*Data for processing*.
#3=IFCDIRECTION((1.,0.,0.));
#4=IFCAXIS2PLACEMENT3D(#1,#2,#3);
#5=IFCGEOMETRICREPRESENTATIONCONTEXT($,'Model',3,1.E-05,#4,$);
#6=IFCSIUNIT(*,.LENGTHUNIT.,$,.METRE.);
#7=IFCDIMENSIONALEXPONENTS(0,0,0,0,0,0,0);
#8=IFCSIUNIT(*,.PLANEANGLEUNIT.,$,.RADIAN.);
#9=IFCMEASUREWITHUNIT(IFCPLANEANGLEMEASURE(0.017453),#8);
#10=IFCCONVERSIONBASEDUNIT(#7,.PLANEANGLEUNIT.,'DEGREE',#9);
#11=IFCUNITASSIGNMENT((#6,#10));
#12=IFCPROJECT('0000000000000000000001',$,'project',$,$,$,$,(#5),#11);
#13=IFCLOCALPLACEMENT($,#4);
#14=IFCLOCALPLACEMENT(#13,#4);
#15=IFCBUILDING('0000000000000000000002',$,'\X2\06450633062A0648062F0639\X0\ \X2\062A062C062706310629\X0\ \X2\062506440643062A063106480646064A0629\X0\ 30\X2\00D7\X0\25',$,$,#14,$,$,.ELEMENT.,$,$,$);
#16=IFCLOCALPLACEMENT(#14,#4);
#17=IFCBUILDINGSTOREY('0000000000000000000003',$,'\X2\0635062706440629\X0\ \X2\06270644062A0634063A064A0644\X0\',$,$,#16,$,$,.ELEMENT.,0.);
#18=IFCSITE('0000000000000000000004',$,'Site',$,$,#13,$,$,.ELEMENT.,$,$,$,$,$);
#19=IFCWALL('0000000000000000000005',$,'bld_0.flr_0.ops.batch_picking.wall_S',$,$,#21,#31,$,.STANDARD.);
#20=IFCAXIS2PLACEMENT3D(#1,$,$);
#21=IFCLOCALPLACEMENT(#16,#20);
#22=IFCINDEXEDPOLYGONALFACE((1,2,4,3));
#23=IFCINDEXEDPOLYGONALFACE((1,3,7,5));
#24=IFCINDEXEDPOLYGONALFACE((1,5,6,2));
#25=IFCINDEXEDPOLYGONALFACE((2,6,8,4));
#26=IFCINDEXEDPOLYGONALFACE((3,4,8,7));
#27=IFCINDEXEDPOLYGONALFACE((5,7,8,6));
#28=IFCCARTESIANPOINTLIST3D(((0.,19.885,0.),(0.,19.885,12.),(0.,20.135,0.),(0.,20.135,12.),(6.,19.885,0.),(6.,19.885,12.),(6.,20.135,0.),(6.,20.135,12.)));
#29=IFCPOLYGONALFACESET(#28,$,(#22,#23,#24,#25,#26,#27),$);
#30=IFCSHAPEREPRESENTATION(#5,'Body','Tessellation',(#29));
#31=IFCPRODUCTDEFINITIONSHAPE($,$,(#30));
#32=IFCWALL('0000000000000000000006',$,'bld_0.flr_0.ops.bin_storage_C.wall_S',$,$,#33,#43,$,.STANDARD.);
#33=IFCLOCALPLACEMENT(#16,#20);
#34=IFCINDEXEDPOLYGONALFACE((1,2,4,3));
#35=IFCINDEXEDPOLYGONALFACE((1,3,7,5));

*The task*. The full listing above is to be transcribed exactly.

*Response to this task*.
#3=IFCDIRECTION((1.,0.,0.));
#4=IFCAXIS2PLACEMENT3D(#1,#2,#3);
#5=IFCGEOMETRICREPRESENTATIONCONTEXT($,'Model',3,1.E-05,#4,$);
#6=IFCSIUNIT(*,.LENGTHUNIT.,$,.METRE.);
#7=IFCDIMENSIONALEXPONENTS(0,0,0,0,0,0,0);
#8=IFCSIUNIT(*,.PLANEANGLEUNIT.,$,.RADIAN.);
#9=IFCMEASUREWITHUNIT(IFCPLANEANGLEMEASURE(0.017453),#8);
#10=IFCCONVERSIONBASEDUNIT(#7,.PLANEANGLEUNIT.,'DEGREE',#9);
#11=IFCUNITASSIGNMENT((#6,#10));
#12=IFCPROJECT('0000000000000000000001',$,'project',$,$,$,$,(#5),#11);
#13=IFCLOCALPLACEMENT($,#4);
#14=IFCLOCALPLACEMENT(#13,#4);
#15=IFCBUILDING('0000000000000000000002',$,'\X2\06450633062A0648062F0639\X0\ \X2\062A062C062706310629\X0\ \X2\062506440643062A063106480646064A0629\X0\ 30\X2\00D7\X0\25',$,$,#14,$,$,.ELEMENT.,$,$,$);
#16=IFCLOCALPLACEMENT(#14,#4);
#17=IFCBUILDINGSTOREY('0000000000000000000003',$,'\X2\0635062706440629\X0\ \X2\06270644062A0634063A064A0644\X0\',$,$,#16,$,$,.ELEMENT.,0.);
#18=IFCSITE('0000000000000000000004',$,'Site',$,$,#13,$,$,.ELEMENT.,$,$,$,$,$);
#19=IFCWALL('0000000000000000000005',$,'bld_0.flr_0.ops.batch_picking.wall_S',$,$,#21,#31,$,.STANDARD.);
#20=IFCAXIS2PLACEMENT3D(#1,$,$);
#21=IFCLOCALPLACEMENT(#16,#20);
#22=IFCINDEXEDPOLYGONALFACE((1,2,4,3));
#23=IFCINDEXEDPOLYGONALFACE((1,3,7,5));
#24=IFCINDEXEDPOLYGONALFACE((1,5,6,2));
#25=IFCINDEXEDPOLYGONALFACE((2,6,8,4));
#26=IFCINDEXEDPOLYGONALFACE((3,4,8,7));
#27=IFCINDEXEDPOLYGONALFACE((5,7,8,6));
#28=IFCCARTESIANPOINTLIST3D(((0.,19.885,0.),(0.,19.885,12.),(0.,20.135,0.),(0.,20.135,12.),(6.,19.885,0.),(6.,19.885,12.),(6.,20.135,0.),(6.,20.135,12.)));
#29=IFCPOLYGONALFACESET(#28,$,(#22,#23,#24,#25,#26,#27),$);
#30=IFCSHAPEREPRESENTATION(#5,'Body','Tessellation',(#29));
#31=IFCPRODUCTDEFINITIONSHAPE($,$,(#30));
#32=IFCWALL('0000000000000000000006',$,'bld_0.flr_0.ops.bin_storage_C.wall_S',$,$,#33,#43,$,.STANDARD.);
#33=IFCLOCALPLACEMENT(#16,#20);
#34=IFCINDEXEDPOLYGONALFACE((1,2,4,3));
#35=IFCINDEXEDPOLYGONALFACE((1,3,7,5));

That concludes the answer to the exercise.